# Exercise brief:
Transcribe the records word for word, beginning with the first line and ending with the line that contains "#57=IFCINDEXEDPOLYGONALFACE((2,6,8,4));"; include nothing else.

═══ Input for this task

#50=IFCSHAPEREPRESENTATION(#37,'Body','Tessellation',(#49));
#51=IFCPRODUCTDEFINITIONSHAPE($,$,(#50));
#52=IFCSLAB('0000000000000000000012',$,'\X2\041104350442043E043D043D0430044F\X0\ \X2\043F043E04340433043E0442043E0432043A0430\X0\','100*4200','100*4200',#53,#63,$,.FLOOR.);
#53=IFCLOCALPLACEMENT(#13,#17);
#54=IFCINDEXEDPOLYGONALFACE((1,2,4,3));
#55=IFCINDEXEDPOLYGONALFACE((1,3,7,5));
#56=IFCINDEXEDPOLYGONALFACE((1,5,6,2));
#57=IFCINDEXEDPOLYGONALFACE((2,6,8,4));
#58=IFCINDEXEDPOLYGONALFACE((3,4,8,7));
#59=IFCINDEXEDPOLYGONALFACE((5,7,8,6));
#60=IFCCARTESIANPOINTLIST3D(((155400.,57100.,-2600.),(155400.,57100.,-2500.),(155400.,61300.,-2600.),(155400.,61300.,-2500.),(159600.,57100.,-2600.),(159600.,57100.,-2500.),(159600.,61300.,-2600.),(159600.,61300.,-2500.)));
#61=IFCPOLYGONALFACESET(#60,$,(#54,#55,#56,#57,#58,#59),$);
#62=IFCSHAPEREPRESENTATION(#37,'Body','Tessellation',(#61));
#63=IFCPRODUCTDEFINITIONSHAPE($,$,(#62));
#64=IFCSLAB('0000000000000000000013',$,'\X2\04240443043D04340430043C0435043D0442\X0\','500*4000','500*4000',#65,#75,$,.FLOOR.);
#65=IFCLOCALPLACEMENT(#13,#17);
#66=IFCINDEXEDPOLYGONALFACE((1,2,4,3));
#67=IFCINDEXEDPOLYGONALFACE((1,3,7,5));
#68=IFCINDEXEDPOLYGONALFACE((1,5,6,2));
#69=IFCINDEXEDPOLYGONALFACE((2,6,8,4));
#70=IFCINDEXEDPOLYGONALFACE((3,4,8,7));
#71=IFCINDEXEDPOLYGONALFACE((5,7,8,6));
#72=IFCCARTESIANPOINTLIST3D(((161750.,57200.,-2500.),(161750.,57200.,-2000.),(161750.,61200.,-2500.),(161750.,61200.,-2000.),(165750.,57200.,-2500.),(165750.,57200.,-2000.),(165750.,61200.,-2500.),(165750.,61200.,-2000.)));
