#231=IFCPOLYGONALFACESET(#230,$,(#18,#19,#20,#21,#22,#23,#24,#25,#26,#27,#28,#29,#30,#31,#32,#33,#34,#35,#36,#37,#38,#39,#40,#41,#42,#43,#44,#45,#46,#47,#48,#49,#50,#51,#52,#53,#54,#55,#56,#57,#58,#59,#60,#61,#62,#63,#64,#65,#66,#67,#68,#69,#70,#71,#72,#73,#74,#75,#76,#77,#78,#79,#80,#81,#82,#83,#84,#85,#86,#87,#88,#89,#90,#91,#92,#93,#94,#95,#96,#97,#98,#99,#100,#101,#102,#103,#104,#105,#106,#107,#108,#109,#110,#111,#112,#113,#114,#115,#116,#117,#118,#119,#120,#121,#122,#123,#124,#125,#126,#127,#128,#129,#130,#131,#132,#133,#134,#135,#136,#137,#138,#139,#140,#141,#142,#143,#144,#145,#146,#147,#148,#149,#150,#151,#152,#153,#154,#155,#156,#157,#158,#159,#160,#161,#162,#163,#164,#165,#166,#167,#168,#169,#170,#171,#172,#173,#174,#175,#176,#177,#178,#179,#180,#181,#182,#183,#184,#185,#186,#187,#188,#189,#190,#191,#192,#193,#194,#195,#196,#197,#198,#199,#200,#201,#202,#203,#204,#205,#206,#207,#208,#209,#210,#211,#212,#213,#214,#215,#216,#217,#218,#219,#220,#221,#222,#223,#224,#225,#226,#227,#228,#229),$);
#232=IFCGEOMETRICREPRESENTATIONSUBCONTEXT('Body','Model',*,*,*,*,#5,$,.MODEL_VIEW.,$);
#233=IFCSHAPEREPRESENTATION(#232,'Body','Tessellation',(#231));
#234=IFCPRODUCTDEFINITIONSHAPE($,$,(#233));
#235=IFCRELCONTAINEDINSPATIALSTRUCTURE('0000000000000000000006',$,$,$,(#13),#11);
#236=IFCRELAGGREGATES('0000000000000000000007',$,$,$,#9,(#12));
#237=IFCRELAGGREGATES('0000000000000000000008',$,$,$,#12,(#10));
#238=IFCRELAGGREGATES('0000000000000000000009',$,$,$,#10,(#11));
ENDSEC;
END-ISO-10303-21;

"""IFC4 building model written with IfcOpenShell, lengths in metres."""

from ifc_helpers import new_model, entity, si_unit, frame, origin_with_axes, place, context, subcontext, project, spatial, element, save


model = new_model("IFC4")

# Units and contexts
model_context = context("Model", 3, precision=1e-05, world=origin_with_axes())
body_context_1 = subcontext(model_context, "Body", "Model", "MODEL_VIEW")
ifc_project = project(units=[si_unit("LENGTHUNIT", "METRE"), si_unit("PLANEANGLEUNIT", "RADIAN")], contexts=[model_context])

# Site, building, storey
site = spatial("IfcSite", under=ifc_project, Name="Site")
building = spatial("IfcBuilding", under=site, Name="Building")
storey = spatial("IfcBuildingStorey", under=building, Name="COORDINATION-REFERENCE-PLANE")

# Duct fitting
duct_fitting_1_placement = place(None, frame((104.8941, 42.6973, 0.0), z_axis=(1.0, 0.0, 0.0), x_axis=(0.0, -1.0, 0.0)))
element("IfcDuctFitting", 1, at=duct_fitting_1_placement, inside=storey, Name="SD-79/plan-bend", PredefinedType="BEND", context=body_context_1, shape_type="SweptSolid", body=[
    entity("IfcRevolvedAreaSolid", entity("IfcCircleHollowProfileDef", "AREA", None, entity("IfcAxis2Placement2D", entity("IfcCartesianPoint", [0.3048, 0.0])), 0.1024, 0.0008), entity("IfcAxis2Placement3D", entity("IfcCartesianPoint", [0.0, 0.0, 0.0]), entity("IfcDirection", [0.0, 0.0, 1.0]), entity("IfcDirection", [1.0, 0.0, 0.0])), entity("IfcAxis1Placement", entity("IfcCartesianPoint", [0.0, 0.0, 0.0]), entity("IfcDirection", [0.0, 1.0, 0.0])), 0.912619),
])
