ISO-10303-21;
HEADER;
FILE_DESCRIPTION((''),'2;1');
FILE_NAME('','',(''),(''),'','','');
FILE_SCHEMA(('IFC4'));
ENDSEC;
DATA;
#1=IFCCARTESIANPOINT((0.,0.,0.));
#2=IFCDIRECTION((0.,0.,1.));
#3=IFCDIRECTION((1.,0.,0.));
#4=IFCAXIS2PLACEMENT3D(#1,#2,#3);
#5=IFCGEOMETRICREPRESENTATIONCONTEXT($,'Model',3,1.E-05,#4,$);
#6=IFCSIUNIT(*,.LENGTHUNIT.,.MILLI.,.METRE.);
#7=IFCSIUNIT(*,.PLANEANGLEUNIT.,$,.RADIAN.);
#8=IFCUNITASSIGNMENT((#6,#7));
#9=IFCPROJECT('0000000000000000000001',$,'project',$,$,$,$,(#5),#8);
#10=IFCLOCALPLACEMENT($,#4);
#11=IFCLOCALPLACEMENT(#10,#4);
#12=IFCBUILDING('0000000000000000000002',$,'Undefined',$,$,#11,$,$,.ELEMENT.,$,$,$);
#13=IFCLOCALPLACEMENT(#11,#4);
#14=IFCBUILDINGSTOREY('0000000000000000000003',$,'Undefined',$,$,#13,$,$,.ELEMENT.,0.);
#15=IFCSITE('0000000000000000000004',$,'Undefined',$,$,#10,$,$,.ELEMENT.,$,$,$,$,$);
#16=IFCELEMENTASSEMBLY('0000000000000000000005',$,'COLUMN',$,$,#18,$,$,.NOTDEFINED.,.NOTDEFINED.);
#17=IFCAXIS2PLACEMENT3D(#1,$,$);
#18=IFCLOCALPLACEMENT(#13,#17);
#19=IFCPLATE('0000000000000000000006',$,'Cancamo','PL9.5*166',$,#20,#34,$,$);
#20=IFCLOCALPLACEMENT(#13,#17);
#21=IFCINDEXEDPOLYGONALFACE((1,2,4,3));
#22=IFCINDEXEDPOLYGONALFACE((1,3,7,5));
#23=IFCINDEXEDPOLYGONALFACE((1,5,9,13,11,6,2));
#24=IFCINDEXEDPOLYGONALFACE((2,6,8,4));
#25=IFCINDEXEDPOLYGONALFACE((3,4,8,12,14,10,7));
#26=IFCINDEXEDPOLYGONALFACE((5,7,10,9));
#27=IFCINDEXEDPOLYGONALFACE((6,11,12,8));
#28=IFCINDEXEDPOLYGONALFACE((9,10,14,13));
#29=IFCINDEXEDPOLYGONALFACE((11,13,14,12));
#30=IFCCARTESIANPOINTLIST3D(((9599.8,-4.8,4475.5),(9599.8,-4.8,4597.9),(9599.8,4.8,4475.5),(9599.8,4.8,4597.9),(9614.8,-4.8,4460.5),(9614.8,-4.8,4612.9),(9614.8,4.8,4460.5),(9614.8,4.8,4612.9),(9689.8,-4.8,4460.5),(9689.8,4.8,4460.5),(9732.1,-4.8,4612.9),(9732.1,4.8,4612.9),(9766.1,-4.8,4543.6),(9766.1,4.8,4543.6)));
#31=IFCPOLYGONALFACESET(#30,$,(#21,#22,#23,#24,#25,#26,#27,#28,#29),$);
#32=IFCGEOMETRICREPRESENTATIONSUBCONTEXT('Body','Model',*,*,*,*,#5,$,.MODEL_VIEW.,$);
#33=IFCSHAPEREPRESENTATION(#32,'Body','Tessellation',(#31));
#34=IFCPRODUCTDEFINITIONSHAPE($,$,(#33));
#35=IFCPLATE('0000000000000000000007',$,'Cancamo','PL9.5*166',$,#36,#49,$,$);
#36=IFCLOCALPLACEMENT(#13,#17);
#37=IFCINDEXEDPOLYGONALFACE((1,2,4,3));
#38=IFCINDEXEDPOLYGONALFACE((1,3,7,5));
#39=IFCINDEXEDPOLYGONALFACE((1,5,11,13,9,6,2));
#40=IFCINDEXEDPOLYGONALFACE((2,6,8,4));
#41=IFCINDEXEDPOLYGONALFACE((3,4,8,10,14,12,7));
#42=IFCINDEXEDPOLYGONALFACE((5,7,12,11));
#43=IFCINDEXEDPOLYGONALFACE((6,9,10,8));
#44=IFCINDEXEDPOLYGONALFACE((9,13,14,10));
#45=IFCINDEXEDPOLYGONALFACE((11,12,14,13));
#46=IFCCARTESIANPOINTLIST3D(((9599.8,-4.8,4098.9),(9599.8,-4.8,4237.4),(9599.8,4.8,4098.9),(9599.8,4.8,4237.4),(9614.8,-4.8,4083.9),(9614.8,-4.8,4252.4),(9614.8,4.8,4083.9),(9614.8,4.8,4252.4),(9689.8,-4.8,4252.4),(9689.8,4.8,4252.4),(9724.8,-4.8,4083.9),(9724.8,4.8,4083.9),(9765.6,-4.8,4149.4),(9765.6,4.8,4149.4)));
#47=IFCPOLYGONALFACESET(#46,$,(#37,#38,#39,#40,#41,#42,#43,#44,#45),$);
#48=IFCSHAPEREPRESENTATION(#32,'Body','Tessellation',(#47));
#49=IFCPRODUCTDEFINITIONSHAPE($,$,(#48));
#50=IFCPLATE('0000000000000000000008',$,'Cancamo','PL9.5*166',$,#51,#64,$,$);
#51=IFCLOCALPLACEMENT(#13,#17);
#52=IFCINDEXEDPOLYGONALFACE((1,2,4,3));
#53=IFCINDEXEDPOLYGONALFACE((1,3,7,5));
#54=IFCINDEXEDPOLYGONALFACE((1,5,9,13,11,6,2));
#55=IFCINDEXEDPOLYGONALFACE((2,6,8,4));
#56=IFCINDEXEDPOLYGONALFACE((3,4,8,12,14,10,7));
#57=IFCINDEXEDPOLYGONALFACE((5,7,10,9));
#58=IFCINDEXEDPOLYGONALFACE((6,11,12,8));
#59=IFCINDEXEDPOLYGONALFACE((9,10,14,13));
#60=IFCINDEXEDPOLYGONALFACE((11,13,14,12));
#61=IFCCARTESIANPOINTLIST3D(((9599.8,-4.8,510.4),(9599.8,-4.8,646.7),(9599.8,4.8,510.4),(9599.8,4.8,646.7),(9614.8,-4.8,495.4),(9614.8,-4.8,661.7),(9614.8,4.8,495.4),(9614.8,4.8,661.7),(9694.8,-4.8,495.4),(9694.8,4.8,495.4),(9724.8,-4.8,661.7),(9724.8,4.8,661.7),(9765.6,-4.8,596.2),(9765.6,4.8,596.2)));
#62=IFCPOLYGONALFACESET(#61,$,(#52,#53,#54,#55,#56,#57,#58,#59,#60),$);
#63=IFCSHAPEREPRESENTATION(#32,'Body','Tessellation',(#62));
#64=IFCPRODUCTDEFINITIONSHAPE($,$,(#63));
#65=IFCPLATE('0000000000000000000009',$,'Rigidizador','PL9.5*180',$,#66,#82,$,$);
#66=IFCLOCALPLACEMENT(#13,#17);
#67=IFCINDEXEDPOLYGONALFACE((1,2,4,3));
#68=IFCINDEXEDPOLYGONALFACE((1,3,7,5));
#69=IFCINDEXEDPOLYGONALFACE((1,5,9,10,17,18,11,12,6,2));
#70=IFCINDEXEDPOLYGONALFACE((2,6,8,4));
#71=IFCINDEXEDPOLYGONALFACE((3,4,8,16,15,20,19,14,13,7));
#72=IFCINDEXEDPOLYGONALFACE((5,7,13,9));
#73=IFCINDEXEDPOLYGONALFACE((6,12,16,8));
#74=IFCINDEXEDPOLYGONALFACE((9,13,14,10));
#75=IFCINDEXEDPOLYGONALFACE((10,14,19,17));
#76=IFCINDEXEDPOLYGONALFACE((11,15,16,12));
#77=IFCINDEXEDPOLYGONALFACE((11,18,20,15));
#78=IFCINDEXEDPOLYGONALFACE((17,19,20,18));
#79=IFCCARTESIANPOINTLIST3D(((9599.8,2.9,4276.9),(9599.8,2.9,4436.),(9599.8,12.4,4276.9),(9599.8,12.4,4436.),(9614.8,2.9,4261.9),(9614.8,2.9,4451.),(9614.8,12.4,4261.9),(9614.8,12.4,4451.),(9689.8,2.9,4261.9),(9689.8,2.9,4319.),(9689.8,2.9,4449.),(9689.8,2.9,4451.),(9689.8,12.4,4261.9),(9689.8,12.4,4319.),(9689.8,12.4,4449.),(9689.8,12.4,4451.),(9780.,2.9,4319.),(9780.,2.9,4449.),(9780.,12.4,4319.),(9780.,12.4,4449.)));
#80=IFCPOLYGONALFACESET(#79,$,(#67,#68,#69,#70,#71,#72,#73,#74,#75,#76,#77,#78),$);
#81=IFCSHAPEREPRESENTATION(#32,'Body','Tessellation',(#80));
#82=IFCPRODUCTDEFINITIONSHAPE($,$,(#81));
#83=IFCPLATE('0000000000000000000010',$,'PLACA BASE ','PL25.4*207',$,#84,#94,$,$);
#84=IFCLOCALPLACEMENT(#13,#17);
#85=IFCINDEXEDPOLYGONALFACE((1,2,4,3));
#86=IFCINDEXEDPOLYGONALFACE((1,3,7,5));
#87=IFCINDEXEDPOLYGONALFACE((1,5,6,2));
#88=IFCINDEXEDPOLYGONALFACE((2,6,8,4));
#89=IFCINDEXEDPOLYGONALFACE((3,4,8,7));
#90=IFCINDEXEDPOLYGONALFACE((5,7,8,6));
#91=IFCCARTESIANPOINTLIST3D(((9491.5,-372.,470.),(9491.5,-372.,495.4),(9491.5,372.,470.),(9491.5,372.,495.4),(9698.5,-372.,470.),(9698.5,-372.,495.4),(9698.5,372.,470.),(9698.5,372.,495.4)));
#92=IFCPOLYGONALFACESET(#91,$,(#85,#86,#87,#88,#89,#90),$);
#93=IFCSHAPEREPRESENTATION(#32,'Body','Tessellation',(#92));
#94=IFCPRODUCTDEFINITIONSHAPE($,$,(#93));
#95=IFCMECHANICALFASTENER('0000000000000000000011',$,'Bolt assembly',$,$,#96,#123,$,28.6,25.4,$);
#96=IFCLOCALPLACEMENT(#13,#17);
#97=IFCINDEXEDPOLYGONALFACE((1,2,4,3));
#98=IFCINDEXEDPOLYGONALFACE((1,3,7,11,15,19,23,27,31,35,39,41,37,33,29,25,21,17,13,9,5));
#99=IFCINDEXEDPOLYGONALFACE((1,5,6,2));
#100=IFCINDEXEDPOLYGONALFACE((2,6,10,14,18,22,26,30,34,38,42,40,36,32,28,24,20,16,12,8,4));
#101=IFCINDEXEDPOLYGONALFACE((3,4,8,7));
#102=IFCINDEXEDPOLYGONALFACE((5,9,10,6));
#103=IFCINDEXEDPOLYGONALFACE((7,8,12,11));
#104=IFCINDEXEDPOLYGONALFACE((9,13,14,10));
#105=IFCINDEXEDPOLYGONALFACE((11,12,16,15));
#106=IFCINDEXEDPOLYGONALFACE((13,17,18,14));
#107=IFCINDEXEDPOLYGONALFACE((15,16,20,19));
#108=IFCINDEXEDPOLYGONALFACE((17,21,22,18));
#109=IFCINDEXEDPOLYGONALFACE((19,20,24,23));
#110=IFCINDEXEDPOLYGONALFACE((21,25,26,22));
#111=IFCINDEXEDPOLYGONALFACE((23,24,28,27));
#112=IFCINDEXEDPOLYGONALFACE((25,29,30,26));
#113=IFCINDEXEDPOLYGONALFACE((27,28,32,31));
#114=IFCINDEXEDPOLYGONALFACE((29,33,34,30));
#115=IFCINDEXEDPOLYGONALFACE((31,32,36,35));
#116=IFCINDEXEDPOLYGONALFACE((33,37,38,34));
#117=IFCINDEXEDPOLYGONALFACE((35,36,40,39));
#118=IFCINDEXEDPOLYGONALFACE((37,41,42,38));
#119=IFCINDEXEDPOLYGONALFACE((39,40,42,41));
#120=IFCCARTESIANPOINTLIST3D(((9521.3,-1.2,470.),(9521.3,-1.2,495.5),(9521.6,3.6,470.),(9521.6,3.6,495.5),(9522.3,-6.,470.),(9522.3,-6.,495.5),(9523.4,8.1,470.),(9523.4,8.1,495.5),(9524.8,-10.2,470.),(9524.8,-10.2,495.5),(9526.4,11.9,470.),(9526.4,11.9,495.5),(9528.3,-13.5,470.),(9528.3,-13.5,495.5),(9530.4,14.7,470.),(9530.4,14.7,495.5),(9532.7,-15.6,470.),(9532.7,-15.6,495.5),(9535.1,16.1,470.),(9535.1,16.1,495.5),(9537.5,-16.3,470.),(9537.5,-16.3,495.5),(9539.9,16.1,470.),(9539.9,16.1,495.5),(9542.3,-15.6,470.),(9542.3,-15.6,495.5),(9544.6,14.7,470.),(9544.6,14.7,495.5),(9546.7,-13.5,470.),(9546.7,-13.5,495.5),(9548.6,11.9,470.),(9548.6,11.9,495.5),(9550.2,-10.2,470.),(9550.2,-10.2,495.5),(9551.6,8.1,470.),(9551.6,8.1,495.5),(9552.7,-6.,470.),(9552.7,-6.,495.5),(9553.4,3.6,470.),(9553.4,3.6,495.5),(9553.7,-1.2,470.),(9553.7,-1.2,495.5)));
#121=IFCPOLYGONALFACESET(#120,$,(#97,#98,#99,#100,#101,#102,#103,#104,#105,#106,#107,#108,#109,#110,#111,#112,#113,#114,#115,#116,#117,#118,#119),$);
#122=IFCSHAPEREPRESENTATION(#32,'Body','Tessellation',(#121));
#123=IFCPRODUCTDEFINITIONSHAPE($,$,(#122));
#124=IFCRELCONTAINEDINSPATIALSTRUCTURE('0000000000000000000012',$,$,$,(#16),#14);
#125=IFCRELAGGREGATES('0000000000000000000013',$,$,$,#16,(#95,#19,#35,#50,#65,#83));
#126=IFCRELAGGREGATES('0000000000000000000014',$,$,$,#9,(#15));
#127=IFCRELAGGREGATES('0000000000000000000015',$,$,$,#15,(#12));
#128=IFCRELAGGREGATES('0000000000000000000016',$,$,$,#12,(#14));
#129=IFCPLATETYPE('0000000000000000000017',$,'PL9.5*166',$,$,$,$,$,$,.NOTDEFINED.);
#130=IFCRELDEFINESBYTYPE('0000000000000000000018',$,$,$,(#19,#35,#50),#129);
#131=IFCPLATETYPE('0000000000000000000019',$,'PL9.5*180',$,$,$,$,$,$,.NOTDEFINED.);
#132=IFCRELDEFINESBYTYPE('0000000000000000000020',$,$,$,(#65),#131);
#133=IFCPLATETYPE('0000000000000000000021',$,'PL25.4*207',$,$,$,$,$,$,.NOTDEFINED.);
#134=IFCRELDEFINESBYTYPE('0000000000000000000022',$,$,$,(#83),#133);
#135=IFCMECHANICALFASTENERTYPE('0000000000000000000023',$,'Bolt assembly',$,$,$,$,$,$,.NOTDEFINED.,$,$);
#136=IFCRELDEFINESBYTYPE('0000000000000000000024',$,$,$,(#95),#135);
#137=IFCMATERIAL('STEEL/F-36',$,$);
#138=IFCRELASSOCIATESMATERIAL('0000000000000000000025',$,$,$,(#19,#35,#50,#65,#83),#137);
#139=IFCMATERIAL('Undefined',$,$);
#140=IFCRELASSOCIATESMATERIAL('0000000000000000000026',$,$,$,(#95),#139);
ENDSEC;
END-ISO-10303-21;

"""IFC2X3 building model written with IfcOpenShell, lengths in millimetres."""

from ifc_helpers import new_model, si_unit, frame, origin_with_axes, origin_2d_with_axis, place, context, subcontext, project, spatial, polyline, circle, outline, extrude, source, transform, mapped, material, type_object, element, aggregate, save


model = new_model("IFC2X3")

# Units and contexts
model_context = context("Model", 3, precision=1e-05, world=origin_with_axes())
body_context = subcontext(model_context, "Body", "Model", "MODEL_VIEW")
ifc_project = project(units=[si_unit("LENGTHUNIT", "METRE", prefix="MILLI"), si_unit("PLANEANGLEUNIT", "RADIAN")], contexts=[model_context])

# Site, building, storey
site_placement = place(None, origin_with_axes())
site = spatial("IfcSite", under=ifc_project, at=site_placement, Name="Undefined", CompositionType="ELEMENT")
building_placement = place(site_placement, origin_with_axes())
building = spatial("IfcBuilding", under=site, at=building_placement, Name="Undefined", CompositionType="ELEMENT")
storey_placement = place(building_placement, origin_with_axes())
storey = spatial("IfcBuildingStorey", under=building, at=storey_placement, Name="Undefined", CompositionType="ELEMENT", Elevation=0.0)

# Element assembly
assembly_1_placement = place(storey_placement, origin_with_axes())
assembly_1 = element("IfcElementAssembly", 1, at=assembly_1_placement, inside=storey, Name="COLUMN", AssemblyPlace="NOTDEFINED", PredefinedType="NOTDEFINED")
ifc_material_1 = material(Name="STEEL/F-36")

══════

# Answer to the exercise:
#50=IFCSHAPEREPRESENTATION(#37,'Body','Tessellation',(#49));
#51=IFCPRODUCTDEFINITIONSHAPE($,$,(#50));
#52=IFCSLAB('0000000000000000000012',$,'\X2\041104350442043E043D043D0430044F\X0\ \X2\043F043E04340433043E0442043E0432043A0430\X0\','100*4200','100*4200',#53,#63,$,.FLOOR.);
#53=IFCLOCALPLACEMENT(#13,#17);
#54=IFCINDEXEDPOLYGONALFACE((1,2,4,3));
#55=IFCINDEXEDPOLYGONALFACE((1,3,7,5));
#56=IFCINDEXEDPOLYGONALFACE((1,5,6,2));
#57=IFCINDEXEDPOLYGONALFACE((2,6,8,4));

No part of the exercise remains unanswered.